Потом Бирута прижалась ко мне и приложила мою руку к своему животу.
– Надави пальцами, – попросила она. – Только не сильно!
Я слегка надавил пальцами и тут же почувствовал в ответ упругие сердитые удары. Они били точно в то место, куда давили пальцы. Я передвинул пальцы и снова надавил. И снова удары били точно в мои пальцы. Мой сын протестовал! Он усмотрел ограничение своей свободы в моих лёгких нажатиях и тут же запротестовал.
– Серьёзный парень? – Бирута улыбнулась.
– Весь в меня!
Бирута неожиданно грустно вздохнула.
– Лучше бы он был немного посерьёзней.
Она не сказала больше ничего и молча стала разгружать попавшуюся под руку сумку. Но и от одной этой фразы у меня сразу испортилось настроение, и солнечный день показался каким-то тусклым и серым.
Это началось давно, с первых же недель нашей напряжённой работы над новым кибером, с первых же вечеров, которые я провёл в лаборатории, с первых же встреч после работы, когда я, необычно возбуждённый, ещё был там, в зале, со своими товарищами, со своими схемами, со своим давним любимым делом, по которому так соскучился – и поэтому рассеянно слушал дома Бируту и не всегда сразу понимал, что она говорила.
Да, конечно, это началось тогда. Но в те дни я этого не понимал, не замечал, а если бы и заметил – не придал бы никакого значения. Бирута всегда была до смешного ревнивой, что, в общем, никогда не мешало нам жить.
Вначале Бирута сама боролась. Теперь-то я понимаю, как яростно она боролась сама с собой – в одиночку, ничего не говоря мне, ничего не объясняя.
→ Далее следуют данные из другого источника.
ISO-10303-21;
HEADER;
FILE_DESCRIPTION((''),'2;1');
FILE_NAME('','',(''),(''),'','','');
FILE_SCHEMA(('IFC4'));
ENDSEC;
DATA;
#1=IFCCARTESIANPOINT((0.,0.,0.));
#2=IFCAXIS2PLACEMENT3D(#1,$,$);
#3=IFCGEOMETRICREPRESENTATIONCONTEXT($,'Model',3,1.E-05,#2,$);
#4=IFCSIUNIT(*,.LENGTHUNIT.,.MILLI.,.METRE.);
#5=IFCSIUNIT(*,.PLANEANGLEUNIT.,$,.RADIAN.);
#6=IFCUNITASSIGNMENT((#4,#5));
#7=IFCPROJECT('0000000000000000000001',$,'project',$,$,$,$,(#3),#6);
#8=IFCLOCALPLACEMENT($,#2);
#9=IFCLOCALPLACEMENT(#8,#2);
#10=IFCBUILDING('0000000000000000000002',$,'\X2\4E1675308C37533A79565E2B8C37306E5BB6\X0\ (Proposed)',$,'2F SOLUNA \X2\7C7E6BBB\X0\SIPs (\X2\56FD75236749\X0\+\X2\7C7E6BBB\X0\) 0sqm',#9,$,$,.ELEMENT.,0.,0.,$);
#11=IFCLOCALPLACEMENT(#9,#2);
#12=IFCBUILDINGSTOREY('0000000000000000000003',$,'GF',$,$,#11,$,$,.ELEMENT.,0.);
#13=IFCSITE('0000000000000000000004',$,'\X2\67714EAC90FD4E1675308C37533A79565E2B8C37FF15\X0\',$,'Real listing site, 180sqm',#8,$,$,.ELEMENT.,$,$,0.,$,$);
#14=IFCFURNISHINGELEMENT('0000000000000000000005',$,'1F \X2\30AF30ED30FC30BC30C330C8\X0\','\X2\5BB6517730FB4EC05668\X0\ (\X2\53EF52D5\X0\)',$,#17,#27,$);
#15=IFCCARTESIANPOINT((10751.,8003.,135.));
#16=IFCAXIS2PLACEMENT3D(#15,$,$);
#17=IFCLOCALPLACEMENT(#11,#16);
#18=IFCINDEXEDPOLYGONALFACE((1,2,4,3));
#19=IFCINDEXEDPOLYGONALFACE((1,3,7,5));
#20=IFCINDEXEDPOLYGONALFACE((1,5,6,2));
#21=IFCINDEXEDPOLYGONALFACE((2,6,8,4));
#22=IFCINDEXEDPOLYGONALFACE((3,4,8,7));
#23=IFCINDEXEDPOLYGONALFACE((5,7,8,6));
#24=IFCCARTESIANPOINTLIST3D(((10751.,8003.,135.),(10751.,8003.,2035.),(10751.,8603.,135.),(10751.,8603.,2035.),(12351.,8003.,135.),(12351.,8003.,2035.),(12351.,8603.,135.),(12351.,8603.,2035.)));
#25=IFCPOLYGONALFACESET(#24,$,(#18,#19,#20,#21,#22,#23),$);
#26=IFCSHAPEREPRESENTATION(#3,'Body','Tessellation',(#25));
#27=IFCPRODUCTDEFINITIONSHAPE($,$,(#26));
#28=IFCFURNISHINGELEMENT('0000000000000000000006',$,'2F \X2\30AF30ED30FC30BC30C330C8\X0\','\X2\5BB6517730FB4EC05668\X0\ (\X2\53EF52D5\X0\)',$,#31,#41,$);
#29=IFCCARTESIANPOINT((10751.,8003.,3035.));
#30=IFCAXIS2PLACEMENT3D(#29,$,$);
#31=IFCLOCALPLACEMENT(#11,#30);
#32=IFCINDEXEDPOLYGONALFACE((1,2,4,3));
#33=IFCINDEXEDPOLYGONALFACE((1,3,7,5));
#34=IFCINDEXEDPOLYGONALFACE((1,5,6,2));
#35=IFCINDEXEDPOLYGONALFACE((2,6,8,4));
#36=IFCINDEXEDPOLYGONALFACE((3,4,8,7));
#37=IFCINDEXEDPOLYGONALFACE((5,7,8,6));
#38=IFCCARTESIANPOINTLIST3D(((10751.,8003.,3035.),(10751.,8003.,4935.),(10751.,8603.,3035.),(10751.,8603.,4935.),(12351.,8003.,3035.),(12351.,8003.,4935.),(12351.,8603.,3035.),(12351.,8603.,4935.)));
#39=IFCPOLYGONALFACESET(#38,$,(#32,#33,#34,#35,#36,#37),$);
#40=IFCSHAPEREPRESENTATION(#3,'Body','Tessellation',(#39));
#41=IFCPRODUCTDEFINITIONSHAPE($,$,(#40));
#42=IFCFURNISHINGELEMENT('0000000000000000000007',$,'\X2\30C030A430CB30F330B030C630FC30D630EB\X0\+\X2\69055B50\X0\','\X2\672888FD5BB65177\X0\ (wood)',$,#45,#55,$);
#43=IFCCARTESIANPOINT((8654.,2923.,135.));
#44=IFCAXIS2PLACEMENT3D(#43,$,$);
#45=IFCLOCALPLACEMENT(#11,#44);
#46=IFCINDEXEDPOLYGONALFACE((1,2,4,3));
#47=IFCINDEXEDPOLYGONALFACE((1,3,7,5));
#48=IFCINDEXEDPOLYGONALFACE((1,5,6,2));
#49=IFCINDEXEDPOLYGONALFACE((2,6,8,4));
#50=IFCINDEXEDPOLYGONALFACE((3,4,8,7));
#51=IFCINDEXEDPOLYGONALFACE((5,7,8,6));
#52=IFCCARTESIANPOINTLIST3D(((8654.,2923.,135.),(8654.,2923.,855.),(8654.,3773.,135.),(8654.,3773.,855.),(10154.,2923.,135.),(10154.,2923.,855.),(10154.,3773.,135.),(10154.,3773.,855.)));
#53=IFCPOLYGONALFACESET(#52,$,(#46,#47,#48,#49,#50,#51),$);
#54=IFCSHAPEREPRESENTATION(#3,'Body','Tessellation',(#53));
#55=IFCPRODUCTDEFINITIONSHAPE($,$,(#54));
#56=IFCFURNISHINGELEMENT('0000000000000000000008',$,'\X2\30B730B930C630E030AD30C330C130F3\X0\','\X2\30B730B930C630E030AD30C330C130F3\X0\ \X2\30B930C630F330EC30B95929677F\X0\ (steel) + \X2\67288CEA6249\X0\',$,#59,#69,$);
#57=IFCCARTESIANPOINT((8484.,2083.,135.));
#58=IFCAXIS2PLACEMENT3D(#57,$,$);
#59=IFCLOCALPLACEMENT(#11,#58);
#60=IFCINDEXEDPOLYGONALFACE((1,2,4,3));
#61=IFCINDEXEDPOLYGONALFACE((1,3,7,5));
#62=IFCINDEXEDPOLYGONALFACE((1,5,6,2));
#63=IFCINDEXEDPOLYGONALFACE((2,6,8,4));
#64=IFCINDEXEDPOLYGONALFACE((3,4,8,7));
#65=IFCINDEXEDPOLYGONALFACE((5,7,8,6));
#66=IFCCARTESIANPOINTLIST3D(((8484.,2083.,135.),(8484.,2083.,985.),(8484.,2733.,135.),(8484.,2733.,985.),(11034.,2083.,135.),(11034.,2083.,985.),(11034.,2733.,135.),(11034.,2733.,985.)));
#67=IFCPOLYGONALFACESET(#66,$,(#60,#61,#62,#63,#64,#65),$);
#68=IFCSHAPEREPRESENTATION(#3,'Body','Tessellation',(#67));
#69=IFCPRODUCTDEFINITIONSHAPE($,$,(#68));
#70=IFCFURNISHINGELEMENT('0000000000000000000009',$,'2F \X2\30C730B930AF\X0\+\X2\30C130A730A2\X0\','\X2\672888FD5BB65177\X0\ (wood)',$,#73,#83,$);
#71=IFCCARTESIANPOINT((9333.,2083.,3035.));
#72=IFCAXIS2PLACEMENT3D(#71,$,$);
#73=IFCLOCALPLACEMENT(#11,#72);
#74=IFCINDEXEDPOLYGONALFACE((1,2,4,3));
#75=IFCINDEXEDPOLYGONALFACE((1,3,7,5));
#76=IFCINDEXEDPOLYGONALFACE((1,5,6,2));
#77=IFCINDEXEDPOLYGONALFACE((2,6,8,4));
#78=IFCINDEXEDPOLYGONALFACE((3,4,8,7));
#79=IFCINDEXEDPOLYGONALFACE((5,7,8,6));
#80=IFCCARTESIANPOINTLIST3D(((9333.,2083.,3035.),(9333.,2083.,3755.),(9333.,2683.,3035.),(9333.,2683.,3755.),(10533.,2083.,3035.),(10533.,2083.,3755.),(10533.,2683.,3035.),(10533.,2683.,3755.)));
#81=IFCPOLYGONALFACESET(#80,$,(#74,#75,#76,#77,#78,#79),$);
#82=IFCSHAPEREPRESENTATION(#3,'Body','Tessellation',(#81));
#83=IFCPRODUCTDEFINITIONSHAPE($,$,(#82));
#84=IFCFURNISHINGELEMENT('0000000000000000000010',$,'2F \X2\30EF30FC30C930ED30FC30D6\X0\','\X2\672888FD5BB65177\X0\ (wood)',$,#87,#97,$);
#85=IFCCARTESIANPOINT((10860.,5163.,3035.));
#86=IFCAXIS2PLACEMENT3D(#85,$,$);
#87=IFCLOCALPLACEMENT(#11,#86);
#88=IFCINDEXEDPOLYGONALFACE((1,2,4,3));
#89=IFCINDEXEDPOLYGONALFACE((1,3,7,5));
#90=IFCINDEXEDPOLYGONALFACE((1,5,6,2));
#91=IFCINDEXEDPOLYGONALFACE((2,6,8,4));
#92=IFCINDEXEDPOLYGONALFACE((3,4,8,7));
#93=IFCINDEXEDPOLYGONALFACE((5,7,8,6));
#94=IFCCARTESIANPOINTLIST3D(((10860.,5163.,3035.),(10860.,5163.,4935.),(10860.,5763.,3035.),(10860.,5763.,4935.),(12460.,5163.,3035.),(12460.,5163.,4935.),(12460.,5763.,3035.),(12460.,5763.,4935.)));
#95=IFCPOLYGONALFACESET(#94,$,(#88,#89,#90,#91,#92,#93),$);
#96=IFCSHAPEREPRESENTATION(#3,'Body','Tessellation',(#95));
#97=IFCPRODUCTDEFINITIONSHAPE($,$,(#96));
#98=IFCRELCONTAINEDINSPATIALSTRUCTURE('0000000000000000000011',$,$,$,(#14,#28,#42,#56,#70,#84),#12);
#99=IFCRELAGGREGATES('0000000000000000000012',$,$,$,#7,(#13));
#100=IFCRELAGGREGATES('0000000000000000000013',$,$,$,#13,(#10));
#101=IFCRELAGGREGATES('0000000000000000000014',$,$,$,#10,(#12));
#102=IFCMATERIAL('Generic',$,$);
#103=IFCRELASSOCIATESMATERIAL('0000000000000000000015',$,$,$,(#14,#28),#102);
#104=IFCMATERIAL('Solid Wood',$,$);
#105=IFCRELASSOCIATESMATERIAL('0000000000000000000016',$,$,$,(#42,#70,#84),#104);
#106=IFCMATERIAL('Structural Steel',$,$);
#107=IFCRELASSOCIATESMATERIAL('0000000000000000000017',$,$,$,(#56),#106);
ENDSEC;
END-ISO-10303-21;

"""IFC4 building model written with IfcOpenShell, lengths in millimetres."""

from ifc_helpers import new_model, si_unit, frame, frame_2d, origin, place, context, project, spatial, rectangle, extrude, material, element, save


model = new_model("IFC4")

# Units and contexts
model_context = context("Model", 3, precision=1e-05, world=origin())
ifc_project = project(units=[si_unit("LENGTHUNIT", "METRE", prefix="MILLI"), si_unit("PLANEANGLEUNIT", "RADIAN")], contexts=[model_context])

# Site, building, storey
site_placement = place(None, origin())
site = spatial("IfcSite", under=ifc_project, at=site_placement, Name="東京都世田谷区祖師谷５", ObjectType="Real listing site, 180sqm", CompositionType="ELEMENT", RefElevation=0.0)
building_placement = place(site_placement, origin())
building = spatial("IfcBuilding", under=site, at=building_placement, Name="世田谷区祖師谷の家 (Proposed)", ObjectType="2F SOLUNA 籾殻SIPs (国産杉+籾殻) 0sqm", CompositionType="ELEMENT", ElevationOfRefHeight=0.0, ElevationOfTerrain=0.0)
storey_placement = place(building_placement, origin())
storey = spatial("IfcBuildingStorey", under=building, at=storey_placement, Name="GF", CompositionType="ELEMENT", Elevation=0.0)

# Shared definitions
ifc_material_1 = material(Name="Solid Wood")

# Shared definitions
ifc_material_2 = material(Name="Generic")

# Furnishing elements
furnishing_1_placement = place(storey_placement, frame((10751.0, 8003.0, 135.0)))
element("IfcFurnishingElement", 1, at=furnishing_1_placement, inside=storey, material=ifc_material_2, Name="1F クローゼット", Description="家具・什器 (可動)", context=model_context, shape_type="SweptSolid", body=[
    extrude(rectangle(XDim=1600.0, YDim=600.0, at=frame_2d((800.0, 300.0))), frame((10751.0, 8003.0, 135.0)), (0.0, 0.0, 1.0), 1900.0),
])
furnishing_2_placement = place(storey_placement, frame((10751.0, 8003.0, 3035.0)))
element("IfcFurnishingElement", 2, at=furnishing_2_placement, inside=storey, material=ifc_material_2, Name="2F クローゼット", Description="家具・什器 (可動)", context=model_context, shape_type="SweptSolid", body=[
    extrude(rectangle(XDim=1600.0, YDim=600.0, at=frame_2d((800.0, 300.0))), frame((10751.0, 8003.0, 3035.0)), (0.0, 0.0, 1.0), 1900.0),
])
furnishing_3_placement = place(storey_placement, frame((8654.0, 2923.0, 135.0)))
element("IfcFurnishingElement", 3, at=furnishing_3_placement, inside=storey, material=ifc_material_1, Name="ダイニングテーブル+椅子", Description="木製家具 (wood)", context=model_context, shape_type="SweptSolid", body=[
    extrude(rectangle(XDim=1500.0, YDim=850.0, at=frame_2d((750.0, 425.0))), frame((8654.0, 2923.0, 135.0)), (0.0, 0.0, 1.0), 720.0),
])
ifc_material_3 = material(Name="Structural Steel")
furnishing_4_placement = place(storey_placement, frame((8484.0, 2083.0, 135.0)))
element("IfcFurnishingElement", 4, at=furnishing_4_placement, inside=storey, material=ifc_material_3, Name="システムキッチン", Description="システムキッチン ステンレス天板 (steel) + 木質扉", context=model_context, shape_type="SweptSolid", body=[
    extrude(rectangle(XDim=2550.0, YDim=650.0, at=frame_2d((1275.0, 325.0))), frame((8484.0, 2083.0, 135.0)), (0.0, 0.0, 1.0), 850.0),
])
furnishing_5_placement = place(storey_placement, frame((9333.0, 2083.0, 3035.0)))
element("IfcFurnishingElement", 5, at=furnishing_5_placement, inside=storey, material=ifc_material_1, Name="2F デスク+チェア", Description="木製家具 (wood)", context=model_context, shape_type="SweptSolid", body=[
    extrude(rectangle(XDim=1200.0, YDim=600.0, at=frame_2d((600.0, 300.0))), frame((9333.0, 2083.0, 3035.0)), (0.0, 0.0, 1.0), 720.0),
])
furnishing_6_placement = place(storey_placement, frame((10860.0, 5163.0, 3035.0)))
element("IfcFurnishingElement", 6, at=furnishing_6_placement, inside=storey, material=ifc_material_1, Name="2F ワードローブ", Description="木製家具 (wood)", context=model_context, shape_type="SweptSolid", body=[
    extrude(rectangle(XDim=1600.0, YDim=600.0, at=frame_2d((800.0, 300.0))), frame((10860.0, 5163.0, 3035.0)), (0.0, 0.0, 1.0), 1900.0),
])

save(model, "model.ifc")
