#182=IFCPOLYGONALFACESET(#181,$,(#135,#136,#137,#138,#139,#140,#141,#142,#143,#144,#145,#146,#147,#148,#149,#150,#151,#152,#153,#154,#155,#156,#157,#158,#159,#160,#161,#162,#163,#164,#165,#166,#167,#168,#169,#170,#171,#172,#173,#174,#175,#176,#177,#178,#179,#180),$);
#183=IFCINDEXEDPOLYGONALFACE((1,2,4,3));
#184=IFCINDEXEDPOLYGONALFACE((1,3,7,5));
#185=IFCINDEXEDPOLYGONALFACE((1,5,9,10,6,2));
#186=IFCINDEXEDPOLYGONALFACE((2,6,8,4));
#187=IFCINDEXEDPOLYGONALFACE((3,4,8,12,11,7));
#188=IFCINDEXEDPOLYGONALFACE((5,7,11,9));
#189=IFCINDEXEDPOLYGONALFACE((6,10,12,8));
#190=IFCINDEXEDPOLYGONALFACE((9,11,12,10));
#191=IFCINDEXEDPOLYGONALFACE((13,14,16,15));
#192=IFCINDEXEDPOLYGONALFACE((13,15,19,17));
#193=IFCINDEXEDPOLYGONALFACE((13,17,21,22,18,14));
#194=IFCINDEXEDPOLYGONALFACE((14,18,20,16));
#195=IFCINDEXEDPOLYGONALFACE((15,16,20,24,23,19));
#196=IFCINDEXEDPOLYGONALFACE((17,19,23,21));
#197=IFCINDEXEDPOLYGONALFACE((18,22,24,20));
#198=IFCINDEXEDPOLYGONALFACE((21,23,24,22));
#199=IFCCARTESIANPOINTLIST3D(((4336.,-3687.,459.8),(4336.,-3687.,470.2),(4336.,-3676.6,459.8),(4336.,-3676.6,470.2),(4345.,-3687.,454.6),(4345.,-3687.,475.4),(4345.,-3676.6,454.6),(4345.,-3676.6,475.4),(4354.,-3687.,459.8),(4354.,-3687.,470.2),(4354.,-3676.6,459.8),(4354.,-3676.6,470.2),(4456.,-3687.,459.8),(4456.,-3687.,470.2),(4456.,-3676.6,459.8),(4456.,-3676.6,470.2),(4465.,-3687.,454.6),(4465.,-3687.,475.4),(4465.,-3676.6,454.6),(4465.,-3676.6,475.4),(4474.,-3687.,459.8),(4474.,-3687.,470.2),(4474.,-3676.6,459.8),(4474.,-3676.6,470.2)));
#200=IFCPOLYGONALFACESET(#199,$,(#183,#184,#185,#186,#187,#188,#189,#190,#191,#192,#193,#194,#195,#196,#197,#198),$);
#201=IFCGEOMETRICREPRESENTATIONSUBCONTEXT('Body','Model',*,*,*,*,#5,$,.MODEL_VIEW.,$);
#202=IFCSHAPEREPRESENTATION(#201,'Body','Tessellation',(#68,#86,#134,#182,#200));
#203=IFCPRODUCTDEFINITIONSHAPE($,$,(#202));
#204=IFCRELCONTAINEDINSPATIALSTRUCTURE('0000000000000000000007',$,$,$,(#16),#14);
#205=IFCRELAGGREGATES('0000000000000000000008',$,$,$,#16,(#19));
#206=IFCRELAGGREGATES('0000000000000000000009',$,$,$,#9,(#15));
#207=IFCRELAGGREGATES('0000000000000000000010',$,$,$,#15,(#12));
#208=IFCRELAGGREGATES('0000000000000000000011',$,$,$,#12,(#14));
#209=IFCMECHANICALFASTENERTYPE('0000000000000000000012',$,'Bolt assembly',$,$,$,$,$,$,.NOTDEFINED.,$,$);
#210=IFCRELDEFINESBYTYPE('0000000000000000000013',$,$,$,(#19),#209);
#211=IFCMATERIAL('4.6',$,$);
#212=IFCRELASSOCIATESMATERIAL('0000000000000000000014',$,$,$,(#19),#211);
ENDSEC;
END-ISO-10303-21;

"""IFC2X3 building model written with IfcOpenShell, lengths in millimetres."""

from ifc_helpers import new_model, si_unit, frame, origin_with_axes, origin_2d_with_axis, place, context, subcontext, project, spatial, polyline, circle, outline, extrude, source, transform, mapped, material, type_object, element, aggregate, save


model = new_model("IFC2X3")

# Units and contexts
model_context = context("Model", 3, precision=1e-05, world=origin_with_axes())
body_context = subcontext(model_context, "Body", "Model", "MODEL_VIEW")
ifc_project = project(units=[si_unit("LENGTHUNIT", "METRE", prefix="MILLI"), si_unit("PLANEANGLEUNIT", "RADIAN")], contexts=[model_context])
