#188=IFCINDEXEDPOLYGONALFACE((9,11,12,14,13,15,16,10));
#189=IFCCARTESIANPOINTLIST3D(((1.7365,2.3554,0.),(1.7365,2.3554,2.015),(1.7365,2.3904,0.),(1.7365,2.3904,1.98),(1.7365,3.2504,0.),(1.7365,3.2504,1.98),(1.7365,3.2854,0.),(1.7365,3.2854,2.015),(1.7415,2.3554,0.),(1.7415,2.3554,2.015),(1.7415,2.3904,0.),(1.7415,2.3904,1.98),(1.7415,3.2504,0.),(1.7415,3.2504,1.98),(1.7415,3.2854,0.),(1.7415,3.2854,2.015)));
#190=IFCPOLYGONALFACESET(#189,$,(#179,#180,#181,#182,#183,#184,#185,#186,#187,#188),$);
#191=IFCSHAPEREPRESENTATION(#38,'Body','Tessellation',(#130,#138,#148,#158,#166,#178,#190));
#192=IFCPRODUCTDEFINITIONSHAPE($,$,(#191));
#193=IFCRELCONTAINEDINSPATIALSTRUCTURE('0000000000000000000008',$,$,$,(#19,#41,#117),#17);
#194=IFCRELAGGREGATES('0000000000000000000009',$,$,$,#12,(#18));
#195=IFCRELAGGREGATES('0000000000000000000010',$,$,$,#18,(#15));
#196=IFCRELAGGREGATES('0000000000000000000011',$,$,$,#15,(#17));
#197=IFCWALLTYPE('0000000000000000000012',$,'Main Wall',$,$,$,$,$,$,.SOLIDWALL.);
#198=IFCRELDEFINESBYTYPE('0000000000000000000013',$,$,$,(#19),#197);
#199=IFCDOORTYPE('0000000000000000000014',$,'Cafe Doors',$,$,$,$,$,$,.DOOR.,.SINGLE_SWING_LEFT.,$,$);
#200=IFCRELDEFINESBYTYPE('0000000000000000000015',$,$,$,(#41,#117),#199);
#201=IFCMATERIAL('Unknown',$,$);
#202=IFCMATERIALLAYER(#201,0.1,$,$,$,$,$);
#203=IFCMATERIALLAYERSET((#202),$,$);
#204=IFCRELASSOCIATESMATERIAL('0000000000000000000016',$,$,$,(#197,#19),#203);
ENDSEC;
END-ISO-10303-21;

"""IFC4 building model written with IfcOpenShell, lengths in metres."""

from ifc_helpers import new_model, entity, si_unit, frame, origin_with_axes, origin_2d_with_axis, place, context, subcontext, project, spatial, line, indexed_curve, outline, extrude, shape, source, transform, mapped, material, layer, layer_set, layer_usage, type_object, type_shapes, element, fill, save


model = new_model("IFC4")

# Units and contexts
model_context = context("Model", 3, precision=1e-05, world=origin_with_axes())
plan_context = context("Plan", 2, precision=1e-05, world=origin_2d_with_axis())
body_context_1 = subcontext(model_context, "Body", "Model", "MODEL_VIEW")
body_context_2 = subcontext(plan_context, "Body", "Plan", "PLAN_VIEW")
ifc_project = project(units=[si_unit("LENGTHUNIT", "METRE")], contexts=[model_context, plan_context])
Я порой удивлялся в те дни резким, вроде бы совершенно необъяснимым переменам в её настроении. Но если и задумывался, то ненадолго. Меня целиком занимали схемы и программа нового робота. И ещё я немало мечтал, что когда-нибудь, попозже, когда самые необходимые киберы будут сделаны, я смогу выкраивать какие-то часы, может, даже дни, и заниматься коробочками эмоциональной памяти. Мне хотелось бы изготовить десяток коэм для Бируты, для её рассказов. И ещё десятка два – для других ребят, которые читали свои произведения в одном радиоальманахе с Бирутой. И ещё мне хотелось дать коэму или две Жюлю Фуке, чтобы он записал историю своего знакомства с Налой.
А где-то смутно, неясно, копошилась и другая мысль, более важная. Если Ра и женщины-леры, которые живут в Нефти, так неохотно читают книги, то, может, коэмами они станут пользоваться охотнее? Может, та же книга, но изложенная в коэме, будет для них доступнее, интереснее? Как доступнее книг для них стереофильмы и телевизионные передачи. Может, мои коробочки, если их будет достаточно и если они будут толково заполнены, вообще могли бы ускорить просвещение диких племён этой планеты? Не в том ли и есть главное назначение моей работы?
Об этом думалось всерьёз. А неустойчивое настроение Бируты я воспринимал не очень серьёзно и легко объяснял себе особым положением моей жены. У женщины, которая ждёт ребёнка, неизбежно должны быть какие-то психологические сдвиги. Тут хозяйничает природа, и я тут бессилен. Я могу быть только терпеливым и добрым с такой женщиной. Могу быть только чистым перед нею. И большего не могу. Появится ребёнок – и всё сгладится, всё придёт в норму.